=== Section Start ===
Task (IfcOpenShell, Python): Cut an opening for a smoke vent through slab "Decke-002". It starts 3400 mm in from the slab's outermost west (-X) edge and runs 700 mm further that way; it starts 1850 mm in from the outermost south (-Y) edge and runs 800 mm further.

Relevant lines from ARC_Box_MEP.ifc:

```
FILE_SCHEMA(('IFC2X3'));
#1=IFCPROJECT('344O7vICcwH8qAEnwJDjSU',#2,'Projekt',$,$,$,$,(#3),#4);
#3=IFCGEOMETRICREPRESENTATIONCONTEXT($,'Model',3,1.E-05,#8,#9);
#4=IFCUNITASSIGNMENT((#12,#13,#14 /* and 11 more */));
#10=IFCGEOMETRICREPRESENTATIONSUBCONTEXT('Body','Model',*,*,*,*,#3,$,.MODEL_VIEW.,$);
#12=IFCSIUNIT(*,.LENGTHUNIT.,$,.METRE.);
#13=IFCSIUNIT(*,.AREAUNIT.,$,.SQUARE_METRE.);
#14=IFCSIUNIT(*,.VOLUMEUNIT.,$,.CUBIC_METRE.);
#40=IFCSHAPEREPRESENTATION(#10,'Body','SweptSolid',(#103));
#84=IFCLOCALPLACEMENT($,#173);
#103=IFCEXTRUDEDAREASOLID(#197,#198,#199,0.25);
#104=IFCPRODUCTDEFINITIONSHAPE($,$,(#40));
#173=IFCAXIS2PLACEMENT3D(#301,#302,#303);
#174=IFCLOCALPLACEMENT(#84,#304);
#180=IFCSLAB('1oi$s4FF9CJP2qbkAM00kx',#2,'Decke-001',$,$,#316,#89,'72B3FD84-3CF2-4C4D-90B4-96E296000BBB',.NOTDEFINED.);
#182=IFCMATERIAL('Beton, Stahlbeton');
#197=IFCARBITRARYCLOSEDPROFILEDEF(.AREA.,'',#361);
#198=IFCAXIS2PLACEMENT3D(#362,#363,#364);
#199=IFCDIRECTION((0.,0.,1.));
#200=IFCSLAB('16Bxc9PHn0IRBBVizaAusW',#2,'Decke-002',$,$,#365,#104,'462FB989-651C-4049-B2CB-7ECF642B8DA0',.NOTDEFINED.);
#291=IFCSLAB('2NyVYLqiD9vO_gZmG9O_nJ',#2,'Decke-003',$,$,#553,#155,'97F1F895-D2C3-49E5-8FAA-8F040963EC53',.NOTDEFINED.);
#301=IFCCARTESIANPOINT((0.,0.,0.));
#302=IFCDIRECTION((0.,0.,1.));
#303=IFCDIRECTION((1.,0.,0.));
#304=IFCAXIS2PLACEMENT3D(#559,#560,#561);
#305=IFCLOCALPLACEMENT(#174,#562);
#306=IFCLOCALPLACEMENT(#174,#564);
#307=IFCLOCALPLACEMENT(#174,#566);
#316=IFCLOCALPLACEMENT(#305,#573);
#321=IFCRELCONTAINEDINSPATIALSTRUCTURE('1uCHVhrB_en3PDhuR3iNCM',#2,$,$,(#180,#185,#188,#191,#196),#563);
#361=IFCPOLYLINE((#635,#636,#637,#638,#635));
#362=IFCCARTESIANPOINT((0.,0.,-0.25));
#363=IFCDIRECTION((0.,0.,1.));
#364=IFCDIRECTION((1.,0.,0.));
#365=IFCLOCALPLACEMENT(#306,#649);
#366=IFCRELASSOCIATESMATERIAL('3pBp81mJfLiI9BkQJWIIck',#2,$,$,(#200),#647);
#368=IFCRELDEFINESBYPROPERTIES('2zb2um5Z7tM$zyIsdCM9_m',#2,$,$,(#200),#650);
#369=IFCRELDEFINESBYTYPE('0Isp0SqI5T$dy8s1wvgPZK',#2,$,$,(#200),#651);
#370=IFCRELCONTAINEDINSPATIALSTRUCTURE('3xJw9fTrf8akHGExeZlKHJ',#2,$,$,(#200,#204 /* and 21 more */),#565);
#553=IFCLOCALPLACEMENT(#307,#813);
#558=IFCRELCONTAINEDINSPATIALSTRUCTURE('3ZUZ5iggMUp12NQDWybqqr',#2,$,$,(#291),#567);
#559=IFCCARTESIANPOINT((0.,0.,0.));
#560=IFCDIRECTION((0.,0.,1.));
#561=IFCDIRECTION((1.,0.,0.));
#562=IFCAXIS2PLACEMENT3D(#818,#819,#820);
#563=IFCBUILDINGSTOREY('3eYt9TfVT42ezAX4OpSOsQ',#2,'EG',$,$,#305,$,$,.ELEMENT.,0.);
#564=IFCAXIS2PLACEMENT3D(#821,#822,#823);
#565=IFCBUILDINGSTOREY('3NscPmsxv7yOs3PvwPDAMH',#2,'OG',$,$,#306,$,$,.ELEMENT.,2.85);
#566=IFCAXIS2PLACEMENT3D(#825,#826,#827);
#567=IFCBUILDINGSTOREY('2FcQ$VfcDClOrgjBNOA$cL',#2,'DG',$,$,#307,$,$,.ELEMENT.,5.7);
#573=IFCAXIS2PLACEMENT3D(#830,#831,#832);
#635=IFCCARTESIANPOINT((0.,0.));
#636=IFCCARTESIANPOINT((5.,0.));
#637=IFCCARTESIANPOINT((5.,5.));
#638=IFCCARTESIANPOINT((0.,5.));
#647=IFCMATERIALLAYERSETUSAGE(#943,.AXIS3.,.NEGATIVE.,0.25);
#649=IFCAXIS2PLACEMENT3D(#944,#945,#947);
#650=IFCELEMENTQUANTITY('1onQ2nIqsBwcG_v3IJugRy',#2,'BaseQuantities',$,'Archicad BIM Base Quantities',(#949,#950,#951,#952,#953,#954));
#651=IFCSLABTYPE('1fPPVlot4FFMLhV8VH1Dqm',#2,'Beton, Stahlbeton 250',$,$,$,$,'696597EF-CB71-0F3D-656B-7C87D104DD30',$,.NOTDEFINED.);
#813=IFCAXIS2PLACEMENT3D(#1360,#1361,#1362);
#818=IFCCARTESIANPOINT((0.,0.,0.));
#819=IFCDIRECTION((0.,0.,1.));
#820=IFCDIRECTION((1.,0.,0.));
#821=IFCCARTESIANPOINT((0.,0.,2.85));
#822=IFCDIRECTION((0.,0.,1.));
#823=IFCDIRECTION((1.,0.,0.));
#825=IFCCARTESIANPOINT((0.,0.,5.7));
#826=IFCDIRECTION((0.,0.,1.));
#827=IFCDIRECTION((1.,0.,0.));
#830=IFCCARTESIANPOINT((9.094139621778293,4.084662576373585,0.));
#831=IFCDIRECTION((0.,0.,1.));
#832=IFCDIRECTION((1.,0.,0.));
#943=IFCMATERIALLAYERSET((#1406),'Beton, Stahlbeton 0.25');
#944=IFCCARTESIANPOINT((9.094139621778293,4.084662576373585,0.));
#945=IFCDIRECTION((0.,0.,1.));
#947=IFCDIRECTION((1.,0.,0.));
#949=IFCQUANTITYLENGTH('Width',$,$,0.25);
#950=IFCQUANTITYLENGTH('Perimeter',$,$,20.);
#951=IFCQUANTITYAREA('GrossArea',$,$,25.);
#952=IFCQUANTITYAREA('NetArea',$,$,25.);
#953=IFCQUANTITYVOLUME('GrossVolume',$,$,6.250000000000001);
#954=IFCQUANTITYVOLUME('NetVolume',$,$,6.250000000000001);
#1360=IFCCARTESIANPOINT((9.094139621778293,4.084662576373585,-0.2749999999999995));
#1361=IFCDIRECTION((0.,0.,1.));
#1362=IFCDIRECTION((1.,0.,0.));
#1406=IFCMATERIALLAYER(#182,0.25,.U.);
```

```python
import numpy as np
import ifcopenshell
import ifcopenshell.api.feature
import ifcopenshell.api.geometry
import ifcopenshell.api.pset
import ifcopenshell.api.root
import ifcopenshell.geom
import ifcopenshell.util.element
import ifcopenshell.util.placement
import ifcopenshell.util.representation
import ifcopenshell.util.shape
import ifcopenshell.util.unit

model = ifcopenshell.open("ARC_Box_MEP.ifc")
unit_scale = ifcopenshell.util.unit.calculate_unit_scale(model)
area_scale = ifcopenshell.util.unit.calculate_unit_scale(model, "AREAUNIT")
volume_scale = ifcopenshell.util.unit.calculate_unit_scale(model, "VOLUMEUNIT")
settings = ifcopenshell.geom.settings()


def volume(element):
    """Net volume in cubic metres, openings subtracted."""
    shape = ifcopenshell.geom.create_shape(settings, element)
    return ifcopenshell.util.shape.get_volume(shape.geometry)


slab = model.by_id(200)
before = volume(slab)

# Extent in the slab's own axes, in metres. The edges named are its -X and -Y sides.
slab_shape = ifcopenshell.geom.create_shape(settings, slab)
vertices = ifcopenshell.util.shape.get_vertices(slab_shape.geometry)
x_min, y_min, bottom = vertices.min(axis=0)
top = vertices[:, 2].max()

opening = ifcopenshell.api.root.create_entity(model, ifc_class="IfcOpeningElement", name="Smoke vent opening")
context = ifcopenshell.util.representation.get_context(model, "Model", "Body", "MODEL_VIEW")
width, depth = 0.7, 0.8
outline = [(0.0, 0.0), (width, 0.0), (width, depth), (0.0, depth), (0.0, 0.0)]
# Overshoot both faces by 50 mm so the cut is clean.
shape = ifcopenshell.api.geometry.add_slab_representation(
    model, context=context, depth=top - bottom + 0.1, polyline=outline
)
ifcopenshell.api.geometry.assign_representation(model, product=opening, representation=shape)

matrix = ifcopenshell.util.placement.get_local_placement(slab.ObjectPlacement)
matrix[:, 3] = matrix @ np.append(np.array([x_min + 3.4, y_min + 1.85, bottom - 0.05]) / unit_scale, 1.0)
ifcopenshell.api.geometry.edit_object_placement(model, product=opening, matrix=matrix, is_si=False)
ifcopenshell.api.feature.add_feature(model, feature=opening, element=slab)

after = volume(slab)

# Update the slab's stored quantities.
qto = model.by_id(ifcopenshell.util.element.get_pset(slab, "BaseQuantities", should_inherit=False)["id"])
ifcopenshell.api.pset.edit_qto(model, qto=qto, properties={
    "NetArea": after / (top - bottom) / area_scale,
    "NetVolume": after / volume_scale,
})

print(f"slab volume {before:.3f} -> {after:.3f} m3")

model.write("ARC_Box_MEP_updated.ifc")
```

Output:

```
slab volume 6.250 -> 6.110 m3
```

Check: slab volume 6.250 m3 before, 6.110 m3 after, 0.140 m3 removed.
=== Section End ===
=== Section Start ===
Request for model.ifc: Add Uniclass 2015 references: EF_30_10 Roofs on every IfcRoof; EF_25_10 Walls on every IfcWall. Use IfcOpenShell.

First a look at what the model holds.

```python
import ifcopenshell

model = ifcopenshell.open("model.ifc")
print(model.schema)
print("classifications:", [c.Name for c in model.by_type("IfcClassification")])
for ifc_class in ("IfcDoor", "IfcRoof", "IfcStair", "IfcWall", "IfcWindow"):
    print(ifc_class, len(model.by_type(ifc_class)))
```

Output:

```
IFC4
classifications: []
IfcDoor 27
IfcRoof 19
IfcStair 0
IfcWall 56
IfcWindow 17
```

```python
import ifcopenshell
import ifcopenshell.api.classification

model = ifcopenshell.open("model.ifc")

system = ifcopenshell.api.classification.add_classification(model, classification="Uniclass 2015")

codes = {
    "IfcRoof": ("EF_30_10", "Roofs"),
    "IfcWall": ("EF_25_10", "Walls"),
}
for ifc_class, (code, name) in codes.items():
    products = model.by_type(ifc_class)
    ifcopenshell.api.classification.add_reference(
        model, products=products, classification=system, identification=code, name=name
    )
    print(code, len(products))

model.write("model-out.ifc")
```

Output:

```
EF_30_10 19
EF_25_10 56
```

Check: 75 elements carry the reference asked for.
=== Section End ===
BRIEF -> Those lines above that contain the string "IFCRELCONTAINEDINSPATIALSTRUCTURE" should be returned.

ANSWER SECTION ->
#321=IFCRELCONTAINEDINSPATIALSTRUCTURE('1uCHVhrB_en3PDhuR3iNCM',#2,$,$,(#180,#185,#188,#191,#196),#563);
#370=IFCRELCONTAINEDINSPATIALSTRUCTURE('3xJw9fTrf8akHGExeZlKHJ',#2,$,$,(#200,#204 /* and 21 more */),#565);
#558=IFCRELCONTAINEDINSPATIALSTRUCTURE('3ZUZ5iggMUp12NQDWybqqr',#2,$,$,(#291),#567);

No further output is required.